Por Viseu, o dia foi marcado por muito vento, mesmo muito vento, e bem frio. O céu esteve parcial a maioritariamente nublado, em geral por nuvens altas. A máxima foi de 10,0ºc e a mínima de 4,4ºC (devido ao vento e à nebulosidade, julgo).

Atual 5,9ºC.


----------



## panda (23 Nov 2013 às 22:01)

Vento moderado
Temperatura actual *8.3ºC* e *48%Hr*

Dados de hoje *1.6ºC* / *11.2ºC*


----------



## Mr. Neves (23 Nov 2013 às 22:17)

6.2ºc, e o vento está na mesma como a lesma. Assim nem sequer chego outra vez à mínima de 3ºc prevista pelo IPMA, para Viseu. 
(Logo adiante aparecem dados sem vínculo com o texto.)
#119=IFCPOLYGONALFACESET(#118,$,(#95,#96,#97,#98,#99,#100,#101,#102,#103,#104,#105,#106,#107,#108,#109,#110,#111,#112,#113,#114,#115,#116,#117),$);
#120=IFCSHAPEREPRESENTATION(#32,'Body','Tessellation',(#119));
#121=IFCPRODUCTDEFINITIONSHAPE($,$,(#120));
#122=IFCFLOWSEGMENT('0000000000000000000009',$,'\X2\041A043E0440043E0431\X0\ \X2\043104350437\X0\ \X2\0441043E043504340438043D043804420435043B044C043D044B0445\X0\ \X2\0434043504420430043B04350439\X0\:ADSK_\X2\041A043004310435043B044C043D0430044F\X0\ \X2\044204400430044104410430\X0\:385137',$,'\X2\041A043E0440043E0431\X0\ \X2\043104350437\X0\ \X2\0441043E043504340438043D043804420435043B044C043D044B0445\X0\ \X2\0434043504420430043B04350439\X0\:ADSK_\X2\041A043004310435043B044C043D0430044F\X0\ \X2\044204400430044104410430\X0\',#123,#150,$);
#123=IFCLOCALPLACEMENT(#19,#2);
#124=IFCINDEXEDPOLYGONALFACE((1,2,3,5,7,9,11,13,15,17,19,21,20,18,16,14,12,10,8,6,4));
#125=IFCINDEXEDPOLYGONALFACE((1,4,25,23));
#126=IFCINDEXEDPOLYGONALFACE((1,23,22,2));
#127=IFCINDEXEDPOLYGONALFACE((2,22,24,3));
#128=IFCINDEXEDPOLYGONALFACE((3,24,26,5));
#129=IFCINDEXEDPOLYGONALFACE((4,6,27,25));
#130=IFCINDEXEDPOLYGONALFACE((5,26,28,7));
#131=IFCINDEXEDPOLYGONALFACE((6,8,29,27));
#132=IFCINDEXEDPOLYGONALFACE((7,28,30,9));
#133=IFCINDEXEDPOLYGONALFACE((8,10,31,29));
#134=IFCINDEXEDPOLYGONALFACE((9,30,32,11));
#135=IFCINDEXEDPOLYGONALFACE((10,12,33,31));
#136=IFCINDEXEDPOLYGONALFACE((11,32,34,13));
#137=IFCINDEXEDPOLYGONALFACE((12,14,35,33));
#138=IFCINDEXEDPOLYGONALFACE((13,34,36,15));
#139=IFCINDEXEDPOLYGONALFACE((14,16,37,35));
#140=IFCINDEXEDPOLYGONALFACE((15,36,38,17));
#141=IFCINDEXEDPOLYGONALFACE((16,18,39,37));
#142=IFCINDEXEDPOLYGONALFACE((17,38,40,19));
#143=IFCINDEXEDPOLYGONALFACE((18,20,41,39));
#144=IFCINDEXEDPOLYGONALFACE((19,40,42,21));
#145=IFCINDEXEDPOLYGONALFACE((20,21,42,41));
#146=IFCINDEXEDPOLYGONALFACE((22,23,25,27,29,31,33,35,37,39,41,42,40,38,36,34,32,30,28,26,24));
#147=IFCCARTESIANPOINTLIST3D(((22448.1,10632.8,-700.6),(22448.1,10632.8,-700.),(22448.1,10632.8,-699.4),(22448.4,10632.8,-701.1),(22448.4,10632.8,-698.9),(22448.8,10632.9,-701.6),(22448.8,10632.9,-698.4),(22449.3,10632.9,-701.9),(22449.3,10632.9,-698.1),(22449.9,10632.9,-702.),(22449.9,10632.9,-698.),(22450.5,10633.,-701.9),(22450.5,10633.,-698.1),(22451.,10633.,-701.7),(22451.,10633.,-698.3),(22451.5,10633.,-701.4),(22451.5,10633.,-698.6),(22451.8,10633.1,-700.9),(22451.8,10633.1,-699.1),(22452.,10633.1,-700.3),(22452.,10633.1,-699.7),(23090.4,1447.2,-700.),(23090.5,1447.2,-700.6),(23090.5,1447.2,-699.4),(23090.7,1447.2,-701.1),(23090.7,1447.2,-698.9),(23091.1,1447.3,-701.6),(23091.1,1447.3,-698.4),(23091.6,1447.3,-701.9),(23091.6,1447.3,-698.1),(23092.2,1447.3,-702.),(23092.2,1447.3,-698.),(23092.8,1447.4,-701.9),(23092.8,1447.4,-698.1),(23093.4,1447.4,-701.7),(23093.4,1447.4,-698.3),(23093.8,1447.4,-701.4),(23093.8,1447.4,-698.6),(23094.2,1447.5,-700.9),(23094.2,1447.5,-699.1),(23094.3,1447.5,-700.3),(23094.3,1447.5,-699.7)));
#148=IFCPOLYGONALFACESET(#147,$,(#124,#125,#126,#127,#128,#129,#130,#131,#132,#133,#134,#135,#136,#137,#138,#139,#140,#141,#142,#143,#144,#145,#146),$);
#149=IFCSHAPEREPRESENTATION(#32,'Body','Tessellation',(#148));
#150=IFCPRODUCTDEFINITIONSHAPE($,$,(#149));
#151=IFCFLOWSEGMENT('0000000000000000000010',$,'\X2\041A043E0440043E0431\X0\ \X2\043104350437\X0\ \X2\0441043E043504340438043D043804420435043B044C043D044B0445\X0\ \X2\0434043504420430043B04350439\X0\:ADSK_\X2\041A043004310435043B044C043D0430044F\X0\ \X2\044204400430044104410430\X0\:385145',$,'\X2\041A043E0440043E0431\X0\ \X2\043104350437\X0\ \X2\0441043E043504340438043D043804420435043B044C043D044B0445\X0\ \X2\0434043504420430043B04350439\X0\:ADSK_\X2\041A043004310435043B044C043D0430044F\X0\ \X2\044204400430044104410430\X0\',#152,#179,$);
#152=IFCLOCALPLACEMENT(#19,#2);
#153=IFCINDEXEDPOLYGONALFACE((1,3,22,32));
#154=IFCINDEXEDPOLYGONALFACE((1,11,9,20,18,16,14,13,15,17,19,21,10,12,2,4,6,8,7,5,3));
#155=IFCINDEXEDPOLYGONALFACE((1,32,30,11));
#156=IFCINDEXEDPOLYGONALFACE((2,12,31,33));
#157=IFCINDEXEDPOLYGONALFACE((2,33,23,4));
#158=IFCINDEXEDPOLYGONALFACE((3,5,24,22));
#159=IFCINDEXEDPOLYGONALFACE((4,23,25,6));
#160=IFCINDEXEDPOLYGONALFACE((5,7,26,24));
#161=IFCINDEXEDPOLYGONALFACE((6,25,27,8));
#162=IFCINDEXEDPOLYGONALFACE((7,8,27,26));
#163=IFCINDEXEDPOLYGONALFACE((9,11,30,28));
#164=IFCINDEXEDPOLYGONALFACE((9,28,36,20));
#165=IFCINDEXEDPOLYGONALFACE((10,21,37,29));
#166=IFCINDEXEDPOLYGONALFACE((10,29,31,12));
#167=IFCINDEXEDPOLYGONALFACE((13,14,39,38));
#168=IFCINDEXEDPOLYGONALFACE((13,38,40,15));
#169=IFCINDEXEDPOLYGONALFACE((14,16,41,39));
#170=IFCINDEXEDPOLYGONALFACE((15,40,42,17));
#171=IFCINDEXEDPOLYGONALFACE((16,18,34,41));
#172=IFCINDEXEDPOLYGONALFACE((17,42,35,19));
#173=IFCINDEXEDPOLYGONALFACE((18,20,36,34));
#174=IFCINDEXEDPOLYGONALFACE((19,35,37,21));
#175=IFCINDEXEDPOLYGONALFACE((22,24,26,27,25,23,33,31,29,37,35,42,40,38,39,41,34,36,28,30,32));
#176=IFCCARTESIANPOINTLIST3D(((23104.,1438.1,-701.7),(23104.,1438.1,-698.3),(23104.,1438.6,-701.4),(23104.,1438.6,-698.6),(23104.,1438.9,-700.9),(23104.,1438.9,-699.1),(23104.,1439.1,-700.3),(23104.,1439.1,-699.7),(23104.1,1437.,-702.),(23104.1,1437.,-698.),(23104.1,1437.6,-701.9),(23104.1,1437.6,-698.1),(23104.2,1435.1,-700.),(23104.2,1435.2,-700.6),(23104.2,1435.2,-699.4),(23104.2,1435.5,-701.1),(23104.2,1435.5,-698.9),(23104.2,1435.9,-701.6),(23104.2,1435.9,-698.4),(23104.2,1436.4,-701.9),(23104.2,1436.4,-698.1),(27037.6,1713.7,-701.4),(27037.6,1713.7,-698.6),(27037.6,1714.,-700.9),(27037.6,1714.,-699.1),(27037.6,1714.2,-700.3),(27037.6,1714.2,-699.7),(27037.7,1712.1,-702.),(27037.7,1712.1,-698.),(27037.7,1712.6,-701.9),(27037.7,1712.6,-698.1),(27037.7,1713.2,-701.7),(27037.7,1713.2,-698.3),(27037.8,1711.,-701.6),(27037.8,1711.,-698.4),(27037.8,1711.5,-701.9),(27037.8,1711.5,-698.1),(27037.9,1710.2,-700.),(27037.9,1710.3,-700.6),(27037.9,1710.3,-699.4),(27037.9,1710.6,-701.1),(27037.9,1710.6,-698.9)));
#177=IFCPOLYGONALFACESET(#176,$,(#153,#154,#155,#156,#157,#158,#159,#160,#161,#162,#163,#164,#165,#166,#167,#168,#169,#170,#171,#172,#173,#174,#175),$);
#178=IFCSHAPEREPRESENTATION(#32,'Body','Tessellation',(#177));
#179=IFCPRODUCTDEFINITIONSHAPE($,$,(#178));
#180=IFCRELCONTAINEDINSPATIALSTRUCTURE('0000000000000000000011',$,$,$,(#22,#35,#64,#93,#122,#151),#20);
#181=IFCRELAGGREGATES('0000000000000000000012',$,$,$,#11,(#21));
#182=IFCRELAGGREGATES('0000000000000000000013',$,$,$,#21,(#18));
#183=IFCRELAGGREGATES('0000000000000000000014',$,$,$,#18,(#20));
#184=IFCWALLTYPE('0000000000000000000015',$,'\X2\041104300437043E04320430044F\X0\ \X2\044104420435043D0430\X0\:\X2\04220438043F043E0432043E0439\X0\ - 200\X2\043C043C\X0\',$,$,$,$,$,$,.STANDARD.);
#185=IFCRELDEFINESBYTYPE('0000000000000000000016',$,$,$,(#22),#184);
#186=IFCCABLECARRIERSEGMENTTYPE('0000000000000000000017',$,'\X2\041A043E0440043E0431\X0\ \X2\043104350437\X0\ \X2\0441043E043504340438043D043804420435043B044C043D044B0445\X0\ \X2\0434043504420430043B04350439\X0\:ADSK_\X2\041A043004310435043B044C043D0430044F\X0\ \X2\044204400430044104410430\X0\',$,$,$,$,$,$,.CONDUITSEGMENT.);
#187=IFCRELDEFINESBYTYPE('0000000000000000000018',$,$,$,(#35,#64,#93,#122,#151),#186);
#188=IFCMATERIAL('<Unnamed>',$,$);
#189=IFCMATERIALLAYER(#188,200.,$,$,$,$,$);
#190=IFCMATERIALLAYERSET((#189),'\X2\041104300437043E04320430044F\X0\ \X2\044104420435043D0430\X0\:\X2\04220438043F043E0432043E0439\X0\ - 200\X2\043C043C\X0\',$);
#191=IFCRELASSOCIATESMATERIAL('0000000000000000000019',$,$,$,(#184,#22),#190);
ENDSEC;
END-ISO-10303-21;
Contudo a sensação térmica deve ser bem baixa, fui lá fora e congelei as mãos.


----------



## panda (24 Nov 2013 às 00:35)

os sensores da estação ficaram sem pilhas 
Amanha la vou ter que substitui-las, só duraram uns 3 meses


----------



## Sanxito (24 Nov 2013 às 00:49)

Boas.
Nas Penhas da Saude estão -2.2ºc com vento de Norte e windchill de -7ºc.
Deve estar engraçado, então na Torre, Ui ui...


----------



## Mr. Neves (24 Nov 2013 às 01:33)

panda disse:


> os sensores da estação ficaram sem pilhas
> Amanha la vou ter que substitui-las, só duraram uns 3 meses



O meu transmissor de temperaturas vai fazer 2 anos agora no fim de Dezembro, as pilhas têm-se aguentado bem, não sei se o facto de estar numa varanda está relacionado com a sua duração.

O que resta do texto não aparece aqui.